-- SUPPLIED DATA follows --

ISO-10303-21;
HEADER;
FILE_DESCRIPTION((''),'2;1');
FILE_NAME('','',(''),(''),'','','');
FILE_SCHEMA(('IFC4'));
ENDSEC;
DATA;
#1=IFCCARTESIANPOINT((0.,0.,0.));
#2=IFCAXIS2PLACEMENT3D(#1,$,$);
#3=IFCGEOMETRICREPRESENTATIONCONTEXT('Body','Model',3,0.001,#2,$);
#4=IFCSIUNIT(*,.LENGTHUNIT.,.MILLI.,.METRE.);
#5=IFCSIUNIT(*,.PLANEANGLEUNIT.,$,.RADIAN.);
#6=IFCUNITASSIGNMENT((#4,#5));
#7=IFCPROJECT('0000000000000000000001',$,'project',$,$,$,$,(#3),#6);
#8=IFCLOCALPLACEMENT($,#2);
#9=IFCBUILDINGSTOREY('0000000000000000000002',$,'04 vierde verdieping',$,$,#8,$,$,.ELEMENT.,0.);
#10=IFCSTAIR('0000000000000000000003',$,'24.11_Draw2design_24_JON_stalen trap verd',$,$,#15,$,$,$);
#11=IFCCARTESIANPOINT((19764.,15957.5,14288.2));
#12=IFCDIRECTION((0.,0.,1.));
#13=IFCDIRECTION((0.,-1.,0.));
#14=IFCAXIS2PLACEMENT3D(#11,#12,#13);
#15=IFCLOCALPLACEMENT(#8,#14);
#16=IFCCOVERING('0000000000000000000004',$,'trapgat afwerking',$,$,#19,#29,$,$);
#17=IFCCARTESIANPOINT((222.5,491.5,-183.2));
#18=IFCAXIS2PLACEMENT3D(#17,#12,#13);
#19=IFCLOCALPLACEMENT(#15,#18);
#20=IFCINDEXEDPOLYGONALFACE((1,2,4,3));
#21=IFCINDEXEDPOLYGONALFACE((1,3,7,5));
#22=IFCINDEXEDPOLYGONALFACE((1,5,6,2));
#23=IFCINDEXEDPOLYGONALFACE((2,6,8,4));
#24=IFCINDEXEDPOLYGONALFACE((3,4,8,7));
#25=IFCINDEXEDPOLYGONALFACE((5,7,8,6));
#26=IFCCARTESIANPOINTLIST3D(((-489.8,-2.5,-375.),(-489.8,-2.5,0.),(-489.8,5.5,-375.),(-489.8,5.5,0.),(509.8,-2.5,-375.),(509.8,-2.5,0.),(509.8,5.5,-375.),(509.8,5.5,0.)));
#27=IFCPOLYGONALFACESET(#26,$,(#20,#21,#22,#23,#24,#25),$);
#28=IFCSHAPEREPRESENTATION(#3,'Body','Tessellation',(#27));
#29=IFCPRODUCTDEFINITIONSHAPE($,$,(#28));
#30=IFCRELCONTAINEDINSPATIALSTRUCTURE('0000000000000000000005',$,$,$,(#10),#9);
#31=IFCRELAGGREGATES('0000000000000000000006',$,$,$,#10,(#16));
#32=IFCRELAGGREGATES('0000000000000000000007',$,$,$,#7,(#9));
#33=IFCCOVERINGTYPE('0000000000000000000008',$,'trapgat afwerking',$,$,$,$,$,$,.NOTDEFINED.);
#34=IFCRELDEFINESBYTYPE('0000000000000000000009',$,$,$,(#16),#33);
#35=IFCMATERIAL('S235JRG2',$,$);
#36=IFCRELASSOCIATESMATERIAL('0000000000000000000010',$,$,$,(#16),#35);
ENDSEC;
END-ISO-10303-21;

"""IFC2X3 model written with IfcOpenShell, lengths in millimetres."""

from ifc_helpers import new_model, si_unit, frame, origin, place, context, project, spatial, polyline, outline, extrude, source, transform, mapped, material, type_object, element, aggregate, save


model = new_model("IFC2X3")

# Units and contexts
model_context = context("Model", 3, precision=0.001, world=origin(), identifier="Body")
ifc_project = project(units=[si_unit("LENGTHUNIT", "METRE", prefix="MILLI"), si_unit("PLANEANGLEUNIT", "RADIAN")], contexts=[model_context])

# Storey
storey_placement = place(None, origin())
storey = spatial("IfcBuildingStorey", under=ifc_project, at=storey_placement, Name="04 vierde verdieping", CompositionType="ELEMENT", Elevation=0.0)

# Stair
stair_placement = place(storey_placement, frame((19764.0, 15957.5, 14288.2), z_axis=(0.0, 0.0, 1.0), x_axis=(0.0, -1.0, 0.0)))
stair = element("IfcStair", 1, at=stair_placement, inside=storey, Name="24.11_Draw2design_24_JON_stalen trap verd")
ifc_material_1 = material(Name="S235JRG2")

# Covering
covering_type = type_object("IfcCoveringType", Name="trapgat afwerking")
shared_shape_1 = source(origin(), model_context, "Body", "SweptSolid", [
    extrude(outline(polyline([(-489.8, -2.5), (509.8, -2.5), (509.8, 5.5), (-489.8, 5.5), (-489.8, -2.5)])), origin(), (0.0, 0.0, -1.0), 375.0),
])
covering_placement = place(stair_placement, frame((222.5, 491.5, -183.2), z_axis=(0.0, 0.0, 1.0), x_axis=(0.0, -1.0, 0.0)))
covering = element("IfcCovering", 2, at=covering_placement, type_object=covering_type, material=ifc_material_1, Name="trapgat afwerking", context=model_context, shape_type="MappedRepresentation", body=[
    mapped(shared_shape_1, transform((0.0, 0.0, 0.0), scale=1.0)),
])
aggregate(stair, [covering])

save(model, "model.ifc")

-- SUPPLIED DATA concluded --

> [YOUR TASK]: There is a line with "FILE_NAME('','',(''),(''),'','','');" and a line with "#27=IFCPOLYGONALFACESET(#26,$,(#20,#21,#22,#23,#24,#25),$);" above. Copy exactly those two lines and all lines between them, with nothing else.

> [REPLY]:
FILE_NAME('','',(''),(''),'','','');
FILE_SCHEMA(('IFC4'));
ENDSEC;
DATA;
#1=IFCCARTESIANPOINT((0.,0.,0.));
#2=IFCAXIS2PLACEMENT3D(#1,$,$);
#3=IFCGEOMETRICREPRESENTATIONCONTEXT('Body','Model',3,0.001,#2,$);
#4=IFCSIUNIT(*,.LENGTHUNIT.,.MILLI.,.METRE.);
#5=IFCSIUNIT(*,.PLANEANGLEUNIT.,$,.RADIAN.);
#6=IFCUNITASSIGNMENT((#4,#5));
#7=IFCPROJECT('0000000000000000000001',$,'project',$,$,$,$,(#3),#6);
#8=IFCLOCALPLACEMENT($,#2);
#9=IFCBUILDINGSTOREY('0000000000000000000002',$,'04 vierde verdieping',$,$,#8,$,$,.ELEMENT.,0.);
#10=IFCSTAIR('0000000000000000000003',$,'24.11_Draw2design_24_JON_stalen trap verd',$,$,#15,$,$,$);
#11=IFCCARTESIANPOINT((19764.,15957.5,14288.2));
#12=IFCDIRECTION((0.,0.,1.));
#13=IFCDIRECTION((0.,-1.,0.));
#14=IFCAXIS2PLACEMENT3D(#11,#12,#13);
#15=IFCLOCALPLACEMENT(#8,#14);
#16=IFCCOVERING('0000000000000000000004',$,'trapgat afwerking',$,$,#19,#29,$,$);
#17=IFCCARTESIANPOINT((222.5,491.5,-183.2));
#18=IFCAXIS2PLACEMENT3D(#17,#12,#13);
#19=IFCLOCALPLACEMENT(#15,#18);
#20=IFCINDEXEDPOLYGONALFACE((1,2,4,3));
#21=IFCINDEXEDPOLYGONALFACE((1,3,7,5));
#22=IFCINDEXEDPOLYGONALFACE((1,5,6,2));
#23=IFCINDEXEDPOLYGONALFACE((2,6,8,4));
#24=IFCINDEXEDPOLYGONALFACE((3,4,8,7));
#25=IFCINDEXEDPOLYGONALFACE((5,7,8,6));
#26=IFCCARTESIANPOINTLIST3D(((-489.8,-2.5,-375.),(-489.8,-2.5,0.),(-489.8,5.5,-375.),(-489.8,5.5,0.),(509.8,-2.5,-375.),(509.8,-2.5,0.),(509.8,5.5,-375.),(509.8,5.5,0.)));
#27=IFCPOLYGONALFACESET(#26,$,(#20,#21,#22,#23,#24,#25),$);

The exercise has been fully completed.